MINOR UPDATE 04/29/2022: removed deprecated sys/sysctl.h header from CA8. The header was deprecated in glibc 2.32, and its presence prevented compilation on newer systems.
MaSuRCA 4.0.8
This release fixes a bug in SAMBA that resulted in failure in nucmer alignment step on some data sets.
SAMBA can now use gzipped fasta file for scaffolding sequences. The sequences to be scaffolded have to be in fasta format, not gzipped.
This release also improves usage messages.
MaSuRCA 4.0.7
This release has significant improvements to SAMBA scaffolder, in error rates, output contiguity, and consensus quality. Since SAMBA now is part of default MaSuRCA assembly pipeline, the quality and contiguity of the MaSuRCA assemblies improves as well.
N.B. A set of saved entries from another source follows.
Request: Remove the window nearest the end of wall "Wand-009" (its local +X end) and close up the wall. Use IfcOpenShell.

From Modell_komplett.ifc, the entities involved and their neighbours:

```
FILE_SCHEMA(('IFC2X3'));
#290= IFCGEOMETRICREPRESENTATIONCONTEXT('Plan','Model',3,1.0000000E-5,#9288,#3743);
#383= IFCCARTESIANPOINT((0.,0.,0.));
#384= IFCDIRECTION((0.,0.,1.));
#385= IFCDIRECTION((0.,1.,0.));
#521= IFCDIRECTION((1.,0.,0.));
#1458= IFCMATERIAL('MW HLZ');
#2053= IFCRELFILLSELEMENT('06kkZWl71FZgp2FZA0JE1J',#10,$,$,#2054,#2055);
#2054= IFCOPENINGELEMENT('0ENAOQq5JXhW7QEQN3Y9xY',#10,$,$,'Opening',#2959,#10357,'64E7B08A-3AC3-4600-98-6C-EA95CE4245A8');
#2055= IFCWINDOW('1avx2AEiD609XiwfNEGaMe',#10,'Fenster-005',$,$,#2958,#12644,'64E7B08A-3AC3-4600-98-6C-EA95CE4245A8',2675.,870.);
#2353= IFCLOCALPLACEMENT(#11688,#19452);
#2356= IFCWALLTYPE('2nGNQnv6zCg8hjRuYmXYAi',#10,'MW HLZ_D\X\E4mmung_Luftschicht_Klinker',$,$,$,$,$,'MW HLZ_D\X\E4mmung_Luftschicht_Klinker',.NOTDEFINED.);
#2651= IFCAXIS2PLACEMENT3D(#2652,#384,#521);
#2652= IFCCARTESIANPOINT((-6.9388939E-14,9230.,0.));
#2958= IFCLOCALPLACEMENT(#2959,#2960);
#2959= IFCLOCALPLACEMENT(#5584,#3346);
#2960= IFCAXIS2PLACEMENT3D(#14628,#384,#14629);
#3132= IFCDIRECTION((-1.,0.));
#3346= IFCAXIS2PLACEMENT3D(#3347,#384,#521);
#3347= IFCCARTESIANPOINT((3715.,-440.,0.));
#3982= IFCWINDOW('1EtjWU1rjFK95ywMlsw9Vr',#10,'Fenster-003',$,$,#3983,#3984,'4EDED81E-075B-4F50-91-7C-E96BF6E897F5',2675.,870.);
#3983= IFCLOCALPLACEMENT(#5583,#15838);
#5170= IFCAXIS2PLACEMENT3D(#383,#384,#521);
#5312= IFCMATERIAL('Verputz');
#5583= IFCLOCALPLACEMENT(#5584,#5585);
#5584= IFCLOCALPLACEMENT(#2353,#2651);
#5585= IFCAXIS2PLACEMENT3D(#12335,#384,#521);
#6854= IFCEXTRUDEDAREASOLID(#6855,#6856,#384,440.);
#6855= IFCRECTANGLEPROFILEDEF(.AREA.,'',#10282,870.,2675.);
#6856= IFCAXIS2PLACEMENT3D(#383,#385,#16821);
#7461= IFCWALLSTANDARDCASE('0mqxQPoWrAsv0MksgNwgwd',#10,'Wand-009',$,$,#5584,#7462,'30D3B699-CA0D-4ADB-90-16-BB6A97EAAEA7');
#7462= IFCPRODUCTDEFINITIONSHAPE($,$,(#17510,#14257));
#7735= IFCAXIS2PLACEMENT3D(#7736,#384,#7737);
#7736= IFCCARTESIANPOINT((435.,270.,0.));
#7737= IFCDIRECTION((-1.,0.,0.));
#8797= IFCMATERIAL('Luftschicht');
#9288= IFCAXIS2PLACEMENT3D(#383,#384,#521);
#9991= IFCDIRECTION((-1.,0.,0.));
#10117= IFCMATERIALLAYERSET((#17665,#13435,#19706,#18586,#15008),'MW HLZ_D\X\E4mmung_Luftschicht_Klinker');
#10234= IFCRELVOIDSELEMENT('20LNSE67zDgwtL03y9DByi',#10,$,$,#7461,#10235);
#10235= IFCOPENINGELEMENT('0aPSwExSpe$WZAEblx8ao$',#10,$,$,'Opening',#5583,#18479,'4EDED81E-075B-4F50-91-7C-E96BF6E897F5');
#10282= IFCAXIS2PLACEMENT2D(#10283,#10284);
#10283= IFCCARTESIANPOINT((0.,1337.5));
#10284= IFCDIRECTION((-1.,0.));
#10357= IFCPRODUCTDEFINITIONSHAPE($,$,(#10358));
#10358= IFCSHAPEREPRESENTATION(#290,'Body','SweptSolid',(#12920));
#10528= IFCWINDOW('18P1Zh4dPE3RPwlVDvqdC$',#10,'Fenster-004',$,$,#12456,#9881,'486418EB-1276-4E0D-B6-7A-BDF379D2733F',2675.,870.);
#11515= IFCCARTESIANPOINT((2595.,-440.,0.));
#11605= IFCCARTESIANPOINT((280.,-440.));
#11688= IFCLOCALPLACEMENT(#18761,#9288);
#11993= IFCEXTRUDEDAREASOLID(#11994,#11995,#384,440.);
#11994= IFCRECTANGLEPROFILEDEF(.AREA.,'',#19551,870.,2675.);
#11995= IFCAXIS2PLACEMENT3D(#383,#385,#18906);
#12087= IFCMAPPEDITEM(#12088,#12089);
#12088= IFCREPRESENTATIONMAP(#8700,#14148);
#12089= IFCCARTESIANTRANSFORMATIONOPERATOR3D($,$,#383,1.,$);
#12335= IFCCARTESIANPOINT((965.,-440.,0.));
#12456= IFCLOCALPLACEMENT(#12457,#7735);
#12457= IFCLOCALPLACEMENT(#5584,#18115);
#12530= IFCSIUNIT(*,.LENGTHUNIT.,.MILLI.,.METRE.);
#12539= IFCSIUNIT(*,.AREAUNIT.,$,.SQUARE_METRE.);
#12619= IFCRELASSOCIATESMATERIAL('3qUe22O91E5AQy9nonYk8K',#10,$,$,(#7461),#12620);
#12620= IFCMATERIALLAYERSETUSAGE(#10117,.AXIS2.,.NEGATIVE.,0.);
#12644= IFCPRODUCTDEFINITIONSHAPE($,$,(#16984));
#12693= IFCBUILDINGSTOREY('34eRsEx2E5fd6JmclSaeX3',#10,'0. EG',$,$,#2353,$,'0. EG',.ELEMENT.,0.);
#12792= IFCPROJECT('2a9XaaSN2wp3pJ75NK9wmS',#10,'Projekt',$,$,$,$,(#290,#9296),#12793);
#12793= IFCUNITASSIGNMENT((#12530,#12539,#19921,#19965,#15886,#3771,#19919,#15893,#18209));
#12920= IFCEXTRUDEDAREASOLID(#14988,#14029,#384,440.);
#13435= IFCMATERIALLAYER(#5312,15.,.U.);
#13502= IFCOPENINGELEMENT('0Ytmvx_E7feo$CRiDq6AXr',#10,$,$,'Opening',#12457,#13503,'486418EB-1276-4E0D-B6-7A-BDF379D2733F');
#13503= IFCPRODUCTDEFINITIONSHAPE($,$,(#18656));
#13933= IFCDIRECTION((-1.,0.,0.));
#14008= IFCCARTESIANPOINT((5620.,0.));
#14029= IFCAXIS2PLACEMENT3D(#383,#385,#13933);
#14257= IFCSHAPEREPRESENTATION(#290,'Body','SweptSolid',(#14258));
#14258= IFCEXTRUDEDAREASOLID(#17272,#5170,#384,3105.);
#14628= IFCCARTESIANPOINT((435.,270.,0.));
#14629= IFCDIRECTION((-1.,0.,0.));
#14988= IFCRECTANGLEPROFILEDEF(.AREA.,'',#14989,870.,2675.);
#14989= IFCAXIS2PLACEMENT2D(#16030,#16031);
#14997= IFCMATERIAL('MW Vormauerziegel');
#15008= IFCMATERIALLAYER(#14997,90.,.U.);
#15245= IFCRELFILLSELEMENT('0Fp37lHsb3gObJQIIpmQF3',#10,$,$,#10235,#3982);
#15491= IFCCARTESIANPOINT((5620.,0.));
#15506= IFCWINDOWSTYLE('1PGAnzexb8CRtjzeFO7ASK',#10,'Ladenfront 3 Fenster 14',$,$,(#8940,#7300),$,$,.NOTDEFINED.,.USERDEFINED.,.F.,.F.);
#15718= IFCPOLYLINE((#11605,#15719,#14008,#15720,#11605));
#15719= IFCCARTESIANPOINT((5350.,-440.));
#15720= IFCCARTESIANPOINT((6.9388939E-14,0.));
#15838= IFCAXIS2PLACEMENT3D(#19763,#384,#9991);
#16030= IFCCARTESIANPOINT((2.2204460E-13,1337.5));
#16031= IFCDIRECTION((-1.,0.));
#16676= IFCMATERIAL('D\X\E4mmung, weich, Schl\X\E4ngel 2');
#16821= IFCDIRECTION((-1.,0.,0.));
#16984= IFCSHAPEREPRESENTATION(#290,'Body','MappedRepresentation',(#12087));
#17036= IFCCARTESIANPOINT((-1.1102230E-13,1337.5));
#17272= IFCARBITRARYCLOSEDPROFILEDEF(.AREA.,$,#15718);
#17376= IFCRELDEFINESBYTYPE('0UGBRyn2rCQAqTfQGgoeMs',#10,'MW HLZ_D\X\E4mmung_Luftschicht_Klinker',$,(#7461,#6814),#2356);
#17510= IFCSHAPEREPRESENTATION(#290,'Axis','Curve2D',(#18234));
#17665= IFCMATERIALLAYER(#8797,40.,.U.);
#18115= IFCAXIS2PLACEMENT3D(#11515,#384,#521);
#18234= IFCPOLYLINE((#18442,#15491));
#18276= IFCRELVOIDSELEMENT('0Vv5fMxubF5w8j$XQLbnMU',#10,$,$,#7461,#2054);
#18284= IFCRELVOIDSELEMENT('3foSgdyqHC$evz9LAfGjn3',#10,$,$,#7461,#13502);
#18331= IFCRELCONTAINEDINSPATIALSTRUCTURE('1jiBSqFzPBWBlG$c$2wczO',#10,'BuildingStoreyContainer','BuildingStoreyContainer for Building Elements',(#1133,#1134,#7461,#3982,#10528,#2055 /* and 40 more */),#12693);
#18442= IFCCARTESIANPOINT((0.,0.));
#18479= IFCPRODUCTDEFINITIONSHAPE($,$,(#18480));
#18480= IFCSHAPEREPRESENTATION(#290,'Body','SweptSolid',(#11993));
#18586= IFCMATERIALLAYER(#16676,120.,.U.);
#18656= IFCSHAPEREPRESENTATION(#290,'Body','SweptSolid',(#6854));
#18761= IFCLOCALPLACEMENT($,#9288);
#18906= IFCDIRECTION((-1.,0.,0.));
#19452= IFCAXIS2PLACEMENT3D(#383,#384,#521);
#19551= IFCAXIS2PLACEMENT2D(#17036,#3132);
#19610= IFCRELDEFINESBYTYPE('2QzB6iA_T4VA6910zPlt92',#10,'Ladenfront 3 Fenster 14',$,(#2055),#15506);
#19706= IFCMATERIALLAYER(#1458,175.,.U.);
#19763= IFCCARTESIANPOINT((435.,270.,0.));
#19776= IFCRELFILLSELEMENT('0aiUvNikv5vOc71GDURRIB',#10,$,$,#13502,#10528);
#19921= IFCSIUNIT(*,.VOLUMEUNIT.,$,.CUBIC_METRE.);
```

```python
import ifcopenshell
import ifcopenshell.api.feature
import ifcopenshell.api.root
import ifcopenshell.geom
import ifcopenshell.util.shape

model = ifcopenshell.open("Modell_komplett.ifc")
settings = ifcopenshell.geom.settings()


def volume(element):
    """Net volume in cubic metres, openings subtracted."""
    shape = ifcopenshell.geom.create_shape(settings, element)
    return ifcopenshell.util.shape.get_volume(shape.geometry)


window = model.by_guid("1avx2AEiD609XiwfNEGaMe")
opening = window.FillsVoids[0].RelatingOpeningElement
wall = opening.VoidsElements[0].RelatingBuildingElement
before = volume(wall)

ifcopenshell.api.root.remove_product(model, product=window)
ifcopenshell.api.feature.remove_feature(model, feature=opening)

after = volume(wall)

print(f"wall volume {before:.3f} -> {after:.3f} m3")

model.write("Modell_komplett_v2.ifc")
```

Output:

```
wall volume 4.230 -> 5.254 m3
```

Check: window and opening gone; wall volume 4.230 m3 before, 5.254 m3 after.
I also added assembly QV computation to POLCA, QV for the assembly is now reported in .report file, along with the other metrics. Note that POLCA polisher has -n option that allows it to run in "evaluation" mode where it outputs number or errors it detects in the assembly, but does not make any corrections. After that one can rerun the pipeline without -n switch to make corrections. Also -n option is useful for efficiently producing VCF file containing variant calls made by freebayes.
MaSuRCA 4.0.6
The 4.0.6 release introduces code cleanup and performance improvements in MaSuRCA assembly pipeline, POLCA error correction/assembly evaluation tool and SAMBA scaffolder.
In response to the several issues raised by the users with use of POLCA and chromosome scaffolder, I recommend that users install MaSuRCA in a separate folder with the provided install.sh script as opposed to installing it globally into /usr/local/bin. MaSuRCA is self-contained and it does not require root privileges to compile, install and run. Many components of MaSuRCA depend on having appropriate versions of binaries such as samtools, mummer and jellyfish, that are provided with MaSuRCA and may produce errors is the system attempts to use different versions of these tools available on the $PATH. For these specific versions MaSuRCA will always first look to use the binaries installed under /path-to/MaSuRCA-x.x.x/bin/.
MaSuRCA 4.0.5
This is a maintenance release that improves the stability of masurca scaffolder (soon to be published as SAMBA tool), and improves speed and consensus quality of the hybrid assemblies.
Major changes:
- upgraded swig headers to version 4.0.2
- fixed occasional division by zero bug in masurca scaffolder
- removed the step of k-mer size reduction for the super-reads, it is not needed with the improvements that has been made recently
- the masurca_scaffolder.sh tool has been renamed to samba.sh tool (manuscript in preparation)
- The SAMBA tool can be used to close intrascaffold gaps when invoked through close_scaffold_gaps.sh script.